Bij dikke opleggingen zoals weergegeven in 4.6.3.e  ligt het effectieve draaipunt in het bolmiddelpunt. In de oplegging ontstaat een wrijvingsmoment waarvan de grootte afhangt van de verticale belasting en de wrijvingscoëfficient in het gekromde glijdvlak. De horizontale krachten worden vanuit het boldeel naar het holdeel overgebracht door een resultante van verticale en horizontale belasting. Daarbij mag de oplegging niet instabiel worden door te weinig randafstand en het uit de kom geraken van het boldeel, ook hier moet er in de bruikbaarheidsgrenstoestand (SLS) overal drukspanning heersen.

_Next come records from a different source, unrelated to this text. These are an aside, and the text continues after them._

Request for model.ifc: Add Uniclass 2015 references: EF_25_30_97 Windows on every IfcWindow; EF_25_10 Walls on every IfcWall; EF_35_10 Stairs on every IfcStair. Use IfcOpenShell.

First a look at what the model holds.

```python
import ifcopenshell

model = ifcopenshell.open("model.ifc")
print(model.schema)
print("classifications:", [c.Name for c in model.by_type("IfcClassification")])
for ifc_class in ("IfcDoor", "IfcRoof", "IfcStair", "IfcWall", "IfcWindow"):
    print(ifc_class, len(model.by_type(ifc_class)))
```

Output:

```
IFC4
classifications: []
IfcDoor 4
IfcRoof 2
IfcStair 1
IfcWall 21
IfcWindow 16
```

```python
import ifcopenshell
import ifcopenshell.api.classification

model = ifcopenshell.open("model.ifc")

system = ifcopenshell.api.classification.add_classification(model, classification="Uniclass 2015")

codes = {
    "IfcWindow": ("EF_25_30_97", "Windows"),
    "IfcWall": ("EF_25_10", "Walls"),
    "IfcStair": ("EF_35_10", "Stairs"),
}
for ifc_class, (code, name) in codes.items():
    products = model.by_type(ifc_class)
    ifcopenshell.api.classification.add_reference(
        model, products=products, classification=system, identification=code, name=name
    )
    print(code, len(products))

model.write("model_updated.ifc")
```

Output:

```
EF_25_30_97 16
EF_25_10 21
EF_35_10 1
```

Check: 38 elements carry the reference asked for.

Voor beide typen geldt dat het reactiemoment dus onafhankelijk is van de hoek en de hoeksnelheid, hetgeen een voordeel is bij flexibele grote bruggen die relatief veel bewegen ten gevolge van de verkeersbelastingen.

Figuur 4.6.3.a Platte alzijdig beweegbare bolsegmentopleggingen met twee glijdvlakken
Figuur 4.6.3.b Platte enkelzijdig beweegbare bolsegmentoplegging met externe geleidingen
Figuur 4.6.3.c Opengewerkte enkelzijdig beweegbare platte bolsegmentoplegging met externe geleidingen
Figuur 4.6.3.d Platte bolsegmentoplegging met twee glijdvlaken. NB: hier met een dunne gelijmde PTFE-plaat in het holdeel. Wordt niet meer toegepast.
Figuur 4.6.3.e Dikke enkelzijdig beweegbare bolsegmentoplegging met een onderliggend glijdelement voorzien van externe geleidingen

Figuur 4.6.3.e laat een aluminium bolsegmentoplegging zien van de Moerdijkbrug in de rijksweg A16. In tegenstelling tot de meeste andere opleggingen heeft deze oplegging een glijdelement aan de onderzijde, zodat de dwarsdragers in de brug in alle omstandigheden nagenoeg centrisch belast blijven. Ook in het geval van deze aluminium bolsegmentoplegging met een aluminium bolvlak glijdend tegen PTFE zijn de glijdplaten van constructiestaal en een loopvlak van roestvaststaal.

Ontwerp

Bij het ontwerp van bolsegmentopleggingen worden de volgende aspecten beschouwd:

  • Gelijkmatige contactdruk in het bolvlak uit verticale belasting
  • Verlopende contactdruk in het bolvlak door horizontale belasting
  • Rotatiecentrum
  • Excentriciteiten door het bolgedrag in twee richtingen
  • Excentriciteiten door wrijving in geleidingen
  • Sterkte van het holdeel tegen splijten

Fabricage

De fabricage van de bol- en holdelen vereist een grote fabricagenauwkeurigheid. Voor de gekromde glijdelementen gelden dezelfde aspecten al bij de vlakke glijdelementen.

Montage

Voor de montage moeten de montagetoleranties uit de norm worden aangehouden.